# TOUAREG V8 PROBLEMS...



## TOUAREGV8 AJ (Nov 16, 2006)

Hello, i've been have problems with my V8 Touareg for nearly a year now:
*Car:* 2004 Blk/Blk 64,000 mi. | Premium Plus Pack; Winter Pack; Rear dif.; Convience Pack; Air suspension; Park Distance
*1.* The Tire Pressure Monitor goes off constantly, its been in the shop to be fixed AT LEAST 6-7 times and is currently doing so still. When i check it, it shows the front 2 wheels with the CAUTION yellow exclamation signs (usually only 1 wheel has it).
*2.* The left headlight assembly is now loose, and in the course of driving it is become electrically disconnected and the and the left lights (signal, DRL, high-beams) won't work.
*3.* Whenever it rains, the car begins to smell musty like soggy water, just awful. I friend recommended i had the air filter replaced, and it was a temporary fix. I used to think it was when i left the sunroof vented, but i know it's not now.
Whats the problem? Is it just my car?
Other than that, the car has been a champion. BEST SUV on the market! (unless you got $80k for a Range). 64k mi. in 26 months!
Thanks for all you help!
*-AJ*


----------



## chickdr (Nov 28, 2003)

It always amazes me when somebody like you lists some pretty aggravating issues that are not getting resolved and then says "other than that, the car has been a champion, BEST SUV on the market". Are you serious?
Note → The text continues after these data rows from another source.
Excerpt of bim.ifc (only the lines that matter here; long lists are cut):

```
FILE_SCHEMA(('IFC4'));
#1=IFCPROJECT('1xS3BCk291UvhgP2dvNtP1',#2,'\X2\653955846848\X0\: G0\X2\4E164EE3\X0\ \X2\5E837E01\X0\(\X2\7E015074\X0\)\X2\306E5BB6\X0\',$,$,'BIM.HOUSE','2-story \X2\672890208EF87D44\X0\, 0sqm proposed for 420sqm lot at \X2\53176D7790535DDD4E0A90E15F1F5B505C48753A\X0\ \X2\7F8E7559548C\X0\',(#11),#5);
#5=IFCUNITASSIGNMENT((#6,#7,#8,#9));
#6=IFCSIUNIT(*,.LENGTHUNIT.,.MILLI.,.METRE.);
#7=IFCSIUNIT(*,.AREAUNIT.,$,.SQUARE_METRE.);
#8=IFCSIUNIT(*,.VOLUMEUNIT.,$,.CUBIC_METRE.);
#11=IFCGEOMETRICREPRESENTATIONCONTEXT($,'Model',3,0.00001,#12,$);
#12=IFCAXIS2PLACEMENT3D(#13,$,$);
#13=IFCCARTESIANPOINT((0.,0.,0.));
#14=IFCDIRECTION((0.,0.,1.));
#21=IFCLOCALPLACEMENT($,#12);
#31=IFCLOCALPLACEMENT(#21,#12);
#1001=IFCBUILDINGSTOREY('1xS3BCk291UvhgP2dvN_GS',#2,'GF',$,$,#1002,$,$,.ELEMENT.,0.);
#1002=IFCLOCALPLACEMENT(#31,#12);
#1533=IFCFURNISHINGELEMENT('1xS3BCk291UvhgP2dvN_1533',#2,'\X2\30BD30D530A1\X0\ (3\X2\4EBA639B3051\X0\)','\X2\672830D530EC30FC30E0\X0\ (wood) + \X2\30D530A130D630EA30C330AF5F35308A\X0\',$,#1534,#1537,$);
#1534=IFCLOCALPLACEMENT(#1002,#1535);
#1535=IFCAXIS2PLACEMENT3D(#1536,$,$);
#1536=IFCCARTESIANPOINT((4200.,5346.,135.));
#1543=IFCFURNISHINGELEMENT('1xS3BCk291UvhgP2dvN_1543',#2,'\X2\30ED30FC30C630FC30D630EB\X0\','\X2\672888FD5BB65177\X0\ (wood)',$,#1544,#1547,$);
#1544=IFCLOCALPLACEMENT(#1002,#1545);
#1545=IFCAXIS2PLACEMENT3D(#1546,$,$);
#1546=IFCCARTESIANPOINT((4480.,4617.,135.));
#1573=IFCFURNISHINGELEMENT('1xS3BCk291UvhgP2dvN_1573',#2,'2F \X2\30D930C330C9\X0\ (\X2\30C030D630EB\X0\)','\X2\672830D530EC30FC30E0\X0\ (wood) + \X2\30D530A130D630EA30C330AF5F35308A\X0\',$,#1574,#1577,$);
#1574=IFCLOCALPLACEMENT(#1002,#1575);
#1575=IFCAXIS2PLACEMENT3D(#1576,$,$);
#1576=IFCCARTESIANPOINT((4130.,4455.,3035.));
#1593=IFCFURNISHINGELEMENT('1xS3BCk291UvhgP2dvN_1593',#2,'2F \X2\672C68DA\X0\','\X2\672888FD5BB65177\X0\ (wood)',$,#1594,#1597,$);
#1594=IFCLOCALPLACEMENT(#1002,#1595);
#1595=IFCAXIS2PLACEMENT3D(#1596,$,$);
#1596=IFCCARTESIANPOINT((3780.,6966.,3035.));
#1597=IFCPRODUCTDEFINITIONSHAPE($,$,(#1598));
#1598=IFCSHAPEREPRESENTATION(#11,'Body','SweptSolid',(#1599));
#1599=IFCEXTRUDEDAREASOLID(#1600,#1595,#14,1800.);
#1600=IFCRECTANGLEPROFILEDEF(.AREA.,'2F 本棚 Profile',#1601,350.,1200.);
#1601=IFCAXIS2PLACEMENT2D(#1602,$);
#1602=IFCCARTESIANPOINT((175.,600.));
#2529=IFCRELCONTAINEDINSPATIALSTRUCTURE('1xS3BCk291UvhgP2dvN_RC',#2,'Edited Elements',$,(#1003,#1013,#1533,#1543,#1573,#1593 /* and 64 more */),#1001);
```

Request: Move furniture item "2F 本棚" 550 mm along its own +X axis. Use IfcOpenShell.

```python
import ifcopenshell
import ifcopenshell.api.geometry
import ifcopenshell.util.placement
import ifcopenshell.util.unit

model = ifcopenshell.open("bim.ifc")
unit_scale = ifcopenshell.util.unit.calculate_unit_scale(model)

item = model.by_id(1593)
matrix = ifcopenshell.util.placement.get_local_placement(item.ObjectPlacement)
matrix[:3, 3] += matrix[:3, 0] * 0.55 / unit_scale
ifcopenshell.api.geometry.edit_object_placement(model, product=item, matrix=matrix, is_si=False)

print(ifcopenshell.util.placement.get_local_placement(item.ObjectPlacement).round(3) + 0.0)

model.write("bim-out.ifc")
```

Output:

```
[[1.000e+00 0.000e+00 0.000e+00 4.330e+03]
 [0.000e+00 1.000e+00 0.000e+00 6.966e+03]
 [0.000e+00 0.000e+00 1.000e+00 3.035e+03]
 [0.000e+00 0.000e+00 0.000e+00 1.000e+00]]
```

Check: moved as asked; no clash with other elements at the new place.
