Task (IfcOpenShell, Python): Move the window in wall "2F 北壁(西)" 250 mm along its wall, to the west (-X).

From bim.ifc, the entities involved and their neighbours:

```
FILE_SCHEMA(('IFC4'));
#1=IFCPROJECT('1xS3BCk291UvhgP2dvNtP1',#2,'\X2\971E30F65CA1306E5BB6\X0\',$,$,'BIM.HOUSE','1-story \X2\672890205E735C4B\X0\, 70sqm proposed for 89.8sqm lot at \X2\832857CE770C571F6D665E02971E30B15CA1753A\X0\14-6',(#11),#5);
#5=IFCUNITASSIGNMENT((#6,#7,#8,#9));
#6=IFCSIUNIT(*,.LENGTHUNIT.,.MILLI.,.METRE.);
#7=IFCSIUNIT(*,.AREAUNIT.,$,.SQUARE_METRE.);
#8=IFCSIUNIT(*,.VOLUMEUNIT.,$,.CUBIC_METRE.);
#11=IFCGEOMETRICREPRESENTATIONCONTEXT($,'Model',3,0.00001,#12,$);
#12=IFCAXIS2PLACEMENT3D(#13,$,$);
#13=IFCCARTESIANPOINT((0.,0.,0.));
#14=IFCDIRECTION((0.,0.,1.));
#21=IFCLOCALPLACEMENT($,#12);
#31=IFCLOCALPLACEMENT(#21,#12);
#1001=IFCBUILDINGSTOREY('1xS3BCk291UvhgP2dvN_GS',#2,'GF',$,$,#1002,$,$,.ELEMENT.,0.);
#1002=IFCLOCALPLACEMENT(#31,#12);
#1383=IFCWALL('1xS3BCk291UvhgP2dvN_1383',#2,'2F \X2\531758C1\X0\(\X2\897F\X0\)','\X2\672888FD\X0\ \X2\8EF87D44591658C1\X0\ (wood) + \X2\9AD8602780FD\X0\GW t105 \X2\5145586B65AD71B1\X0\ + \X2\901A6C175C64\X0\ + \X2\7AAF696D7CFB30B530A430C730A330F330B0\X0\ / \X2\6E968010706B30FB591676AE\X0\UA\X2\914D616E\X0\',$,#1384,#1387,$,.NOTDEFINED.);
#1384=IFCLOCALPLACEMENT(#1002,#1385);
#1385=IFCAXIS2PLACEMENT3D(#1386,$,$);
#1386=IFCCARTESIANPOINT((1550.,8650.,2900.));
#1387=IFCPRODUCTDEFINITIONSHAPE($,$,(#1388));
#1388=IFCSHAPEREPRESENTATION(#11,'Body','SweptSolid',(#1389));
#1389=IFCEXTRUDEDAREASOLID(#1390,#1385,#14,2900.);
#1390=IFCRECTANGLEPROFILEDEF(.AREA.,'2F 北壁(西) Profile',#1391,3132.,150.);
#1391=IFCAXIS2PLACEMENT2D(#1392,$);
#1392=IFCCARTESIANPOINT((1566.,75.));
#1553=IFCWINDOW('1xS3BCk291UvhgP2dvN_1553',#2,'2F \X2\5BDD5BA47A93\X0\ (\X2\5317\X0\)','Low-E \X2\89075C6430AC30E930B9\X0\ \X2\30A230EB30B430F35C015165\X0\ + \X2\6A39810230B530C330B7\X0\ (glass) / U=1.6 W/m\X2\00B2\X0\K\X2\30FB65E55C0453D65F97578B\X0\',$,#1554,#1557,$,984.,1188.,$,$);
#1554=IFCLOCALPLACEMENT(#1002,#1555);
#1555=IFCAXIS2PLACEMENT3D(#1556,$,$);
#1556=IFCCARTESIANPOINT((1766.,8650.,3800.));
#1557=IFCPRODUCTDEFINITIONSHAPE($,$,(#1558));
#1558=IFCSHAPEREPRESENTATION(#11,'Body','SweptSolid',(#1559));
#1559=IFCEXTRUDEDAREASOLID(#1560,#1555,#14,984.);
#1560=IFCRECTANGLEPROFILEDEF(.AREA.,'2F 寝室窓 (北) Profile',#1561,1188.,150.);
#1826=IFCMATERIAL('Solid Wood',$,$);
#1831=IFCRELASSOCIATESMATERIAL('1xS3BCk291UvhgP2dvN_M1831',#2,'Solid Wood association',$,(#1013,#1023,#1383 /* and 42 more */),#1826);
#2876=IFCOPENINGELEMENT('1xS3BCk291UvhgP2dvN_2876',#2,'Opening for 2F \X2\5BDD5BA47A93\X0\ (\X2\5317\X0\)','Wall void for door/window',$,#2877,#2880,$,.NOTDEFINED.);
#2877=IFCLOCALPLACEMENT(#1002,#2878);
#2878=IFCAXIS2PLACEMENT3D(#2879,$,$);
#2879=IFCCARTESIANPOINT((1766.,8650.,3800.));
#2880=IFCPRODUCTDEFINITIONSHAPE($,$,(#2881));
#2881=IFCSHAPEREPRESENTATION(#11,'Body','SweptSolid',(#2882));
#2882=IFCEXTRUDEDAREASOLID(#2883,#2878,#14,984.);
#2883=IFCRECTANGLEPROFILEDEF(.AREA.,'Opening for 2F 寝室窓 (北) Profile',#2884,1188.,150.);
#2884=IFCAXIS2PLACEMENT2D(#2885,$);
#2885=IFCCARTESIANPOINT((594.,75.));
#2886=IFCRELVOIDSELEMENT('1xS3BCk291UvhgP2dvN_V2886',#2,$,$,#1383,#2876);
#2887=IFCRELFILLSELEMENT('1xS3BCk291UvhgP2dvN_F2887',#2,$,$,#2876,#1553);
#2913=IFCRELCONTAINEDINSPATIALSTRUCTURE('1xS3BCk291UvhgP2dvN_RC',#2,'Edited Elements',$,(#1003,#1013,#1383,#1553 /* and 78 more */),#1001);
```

```python
import ifcopenshell
import ifcopenshell.api.geometry
import ifcopenshell.util.placement
import ifcopenshell.util.unit

model = ifcopenshell.open("bim.ifc")
unit_scale = ifcopenshell.util.unit.calculate_unit_scale(model)

window = model.by_guid("1xS3BCk291UvhgP2dvN_1553")
opening = window.FillsVoids[0].RelatingOpeningElement
wall = opening.VoidsElements[0].RelatingBuildingElement

wall_matrix = ifcopenshell.util.placement.get_local_placement(wall.ObjectPlacement)
shift = wall_matrix[:3, 0] * -0.25 / unit_scale
before = ifcopenshell.util.placement.get_local_placement(window.ObjectPlacement)[:3, 3].copy()

# The window is not placed relative to its opening, so move both.
for product in (opening, window):
    matrix = ifcopenshell.util.placement.get_local_placement(product.ObjectPlacement)
    matrix[:3, 3] += shift
    ifcopenshell.api.geometry.edit_object_placement(model, product=product, matrix=matrix, is_si=False)

after = ifcopenshell.util.placement.get_local_placement(window.ObjectPlacement)[:3, 3]
print("window moved by", (after - before).round(3) + 0.0)

model.write("bim-out.ifc")
```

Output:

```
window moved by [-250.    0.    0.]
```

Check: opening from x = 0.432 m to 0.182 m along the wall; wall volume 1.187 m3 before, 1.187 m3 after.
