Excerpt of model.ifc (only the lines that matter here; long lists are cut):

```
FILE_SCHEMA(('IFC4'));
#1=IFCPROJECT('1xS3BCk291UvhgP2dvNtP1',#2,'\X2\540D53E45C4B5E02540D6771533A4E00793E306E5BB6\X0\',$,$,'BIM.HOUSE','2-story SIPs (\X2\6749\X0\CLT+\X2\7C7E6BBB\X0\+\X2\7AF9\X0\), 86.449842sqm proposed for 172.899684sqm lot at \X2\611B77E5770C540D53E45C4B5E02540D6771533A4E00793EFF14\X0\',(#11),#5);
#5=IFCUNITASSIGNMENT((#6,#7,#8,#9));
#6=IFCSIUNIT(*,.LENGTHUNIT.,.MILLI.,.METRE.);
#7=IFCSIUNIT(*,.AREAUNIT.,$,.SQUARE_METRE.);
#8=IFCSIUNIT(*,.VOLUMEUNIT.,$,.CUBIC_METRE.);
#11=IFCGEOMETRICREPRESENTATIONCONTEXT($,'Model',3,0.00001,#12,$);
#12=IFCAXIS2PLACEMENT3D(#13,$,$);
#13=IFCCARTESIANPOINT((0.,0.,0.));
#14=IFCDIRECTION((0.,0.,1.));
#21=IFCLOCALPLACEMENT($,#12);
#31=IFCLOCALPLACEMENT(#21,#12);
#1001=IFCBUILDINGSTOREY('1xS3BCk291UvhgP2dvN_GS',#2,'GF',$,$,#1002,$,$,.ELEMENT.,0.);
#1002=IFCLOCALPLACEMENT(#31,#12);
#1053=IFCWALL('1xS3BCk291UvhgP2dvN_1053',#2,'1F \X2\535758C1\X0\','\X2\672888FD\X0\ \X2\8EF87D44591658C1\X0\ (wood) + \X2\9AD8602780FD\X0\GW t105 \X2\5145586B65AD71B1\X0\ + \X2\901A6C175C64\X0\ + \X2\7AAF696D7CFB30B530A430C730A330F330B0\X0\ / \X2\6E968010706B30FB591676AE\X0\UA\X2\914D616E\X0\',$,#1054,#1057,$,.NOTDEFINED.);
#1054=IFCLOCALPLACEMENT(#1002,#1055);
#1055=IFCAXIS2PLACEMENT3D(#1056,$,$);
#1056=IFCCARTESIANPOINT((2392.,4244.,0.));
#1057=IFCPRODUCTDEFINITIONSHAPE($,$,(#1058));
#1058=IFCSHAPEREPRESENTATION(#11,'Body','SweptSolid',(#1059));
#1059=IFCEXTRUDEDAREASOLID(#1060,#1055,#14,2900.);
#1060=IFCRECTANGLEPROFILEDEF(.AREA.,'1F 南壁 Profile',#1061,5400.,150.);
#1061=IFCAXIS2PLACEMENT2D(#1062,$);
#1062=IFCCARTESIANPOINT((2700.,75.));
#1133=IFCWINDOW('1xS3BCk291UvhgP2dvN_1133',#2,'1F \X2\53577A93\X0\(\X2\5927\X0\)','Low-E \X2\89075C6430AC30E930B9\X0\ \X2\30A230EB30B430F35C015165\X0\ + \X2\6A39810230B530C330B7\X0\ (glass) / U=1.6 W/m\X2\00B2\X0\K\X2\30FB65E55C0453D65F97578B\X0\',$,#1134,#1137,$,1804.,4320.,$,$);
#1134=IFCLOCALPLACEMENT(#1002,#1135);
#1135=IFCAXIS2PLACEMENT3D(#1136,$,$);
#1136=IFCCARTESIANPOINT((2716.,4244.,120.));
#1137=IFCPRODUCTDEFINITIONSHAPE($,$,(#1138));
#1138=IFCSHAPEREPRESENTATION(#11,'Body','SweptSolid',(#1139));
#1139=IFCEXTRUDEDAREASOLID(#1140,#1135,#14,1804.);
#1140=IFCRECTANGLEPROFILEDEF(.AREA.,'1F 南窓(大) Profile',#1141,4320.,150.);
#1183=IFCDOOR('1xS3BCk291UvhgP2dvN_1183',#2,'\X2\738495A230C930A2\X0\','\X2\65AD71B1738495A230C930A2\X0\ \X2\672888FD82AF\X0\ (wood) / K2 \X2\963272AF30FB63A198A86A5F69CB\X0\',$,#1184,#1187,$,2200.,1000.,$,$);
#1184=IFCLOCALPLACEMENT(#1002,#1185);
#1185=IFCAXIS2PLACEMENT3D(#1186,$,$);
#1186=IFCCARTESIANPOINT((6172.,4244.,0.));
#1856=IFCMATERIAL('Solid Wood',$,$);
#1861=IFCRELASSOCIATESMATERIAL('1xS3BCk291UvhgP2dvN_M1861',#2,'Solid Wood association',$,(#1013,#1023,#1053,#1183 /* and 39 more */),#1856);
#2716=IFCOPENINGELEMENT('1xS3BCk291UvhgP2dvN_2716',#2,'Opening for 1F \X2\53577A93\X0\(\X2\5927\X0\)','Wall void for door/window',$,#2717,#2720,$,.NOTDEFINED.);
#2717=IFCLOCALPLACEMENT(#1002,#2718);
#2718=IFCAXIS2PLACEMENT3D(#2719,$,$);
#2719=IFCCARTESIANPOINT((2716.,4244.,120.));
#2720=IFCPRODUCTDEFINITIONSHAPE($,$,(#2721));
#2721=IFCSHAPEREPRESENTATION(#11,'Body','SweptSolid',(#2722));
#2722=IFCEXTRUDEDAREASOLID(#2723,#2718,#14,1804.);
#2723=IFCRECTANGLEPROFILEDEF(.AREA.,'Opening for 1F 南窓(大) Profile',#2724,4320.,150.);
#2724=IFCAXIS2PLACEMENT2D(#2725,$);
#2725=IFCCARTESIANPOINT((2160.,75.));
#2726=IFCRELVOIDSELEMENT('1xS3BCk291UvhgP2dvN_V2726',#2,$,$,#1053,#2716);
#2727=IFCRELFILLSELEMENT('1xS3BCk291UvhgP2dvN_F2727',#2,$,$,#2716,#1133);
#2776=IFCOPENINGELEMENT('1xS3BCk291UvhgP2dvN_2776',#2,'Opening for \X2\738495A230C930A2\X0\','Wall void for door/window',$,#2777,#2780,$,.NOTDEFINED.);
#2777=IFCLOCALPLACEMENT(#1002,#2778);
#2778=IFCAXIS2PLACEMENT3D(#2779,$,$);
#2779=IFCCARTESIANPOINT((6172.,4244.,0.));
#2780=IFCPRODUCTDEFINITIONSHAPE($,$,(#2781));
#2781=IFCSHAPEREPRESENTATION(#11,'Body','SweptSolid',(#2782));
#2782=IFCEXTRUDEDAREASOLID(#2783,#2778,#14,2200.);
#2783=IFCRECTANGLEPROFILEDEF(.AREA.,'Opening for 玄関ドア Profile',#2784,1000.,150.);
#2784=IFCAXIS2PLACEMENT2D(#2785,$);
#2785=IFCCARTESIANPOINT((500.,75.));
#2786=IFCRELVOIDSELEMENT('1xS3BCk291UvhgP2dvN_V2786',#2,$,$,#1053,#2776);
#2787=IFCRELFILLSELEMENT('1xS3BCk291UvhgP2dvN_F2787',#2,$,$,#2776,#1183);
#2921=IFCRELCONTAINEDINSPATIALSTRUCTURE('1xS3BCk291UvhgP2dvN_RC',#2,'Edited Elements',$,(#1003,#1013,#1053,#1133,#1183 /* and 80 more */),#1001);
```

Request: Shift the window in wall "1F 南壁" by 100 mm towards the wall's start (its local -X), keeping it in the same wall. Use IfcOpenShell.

```python
import ifcopenshell
import ifcopenshell.api.geometry
import ifcopenshell.util.placement
import ifcopenshell.util.unit

model = ifcopenshell.open("model.ifc")
unit_scale = ifcopenshell.util.unit.calculate_unit_scale(model)

window = model.by_guid("1xS3BCk291UvhgP2dvN_1133")
opening = window.FillsVoids[0].RelatingOpeningElement
wall = opening.VoidsElements[0].RelatingBuildingElement

wall_matrix = ifcopenshell.util.placement.get_local_placement(wall.ObjectPlacement)
shift = wall_matrix[:3, 0] * -0.1 / unit_scale
before = ifcopenshell.util.placement.get_local_placement(window.ObjectPlacement)[:3, 3].copy()

# The window is not placed relative to its opening, so move both.
for product in (opening, window):
    matrix = ifcopenshell.util.placement.get_local_placement(product.ObjectPlacement)
    matrix[:3, 3] += shift
    ifcopenshell.api.geometry.edit_object_placement(model, product=product, matrix=matrix, is_si=False)

after = ifcopenshell.util.placement.get_local_placement(window.ObjectPlacement)[:3, 3]
print("window moved by", (after - before).round(3) + 0.0)

model.write("model_updated.ifc")
```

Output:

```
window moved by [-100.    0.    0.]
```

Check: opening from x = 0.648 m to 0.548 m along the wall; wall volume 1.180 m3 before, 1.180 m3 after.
I don't think the best SUV on the market would have unsolvable issues and a stinky smell whenever it rains...


----------



## TOUAREGV8 AJ (Nov 16, 2006)

*Re: (chickdr)*

all cars have quirks esp in the first year, my father has an 03 rover and its had it annoyances. find me an SUV better than the VW and rover (you won't) and by it then.


----------



## joeofthemountain (Jan 9, 2005)

Headlight: put a 6mm allen socket on the release latch and turn until it clicks into place.
Smell: there is a TSB about this (look in the TSB FAQ here or at Club Touareg)


----------



## spdfrk (Dec 28, 2002)

The headlamp should lock down with an audible "click". If it keeps slipping or popping when locking down, chances are that the lock tabs are broken on the headlamp bucket


_Modified by spdfrk at 11:51 PM 11-16-2006_


----------



## Ross08TouaregV8 (Dec 14, 2005)

there is a tool in the spare tire area for the headlight IIRC


----------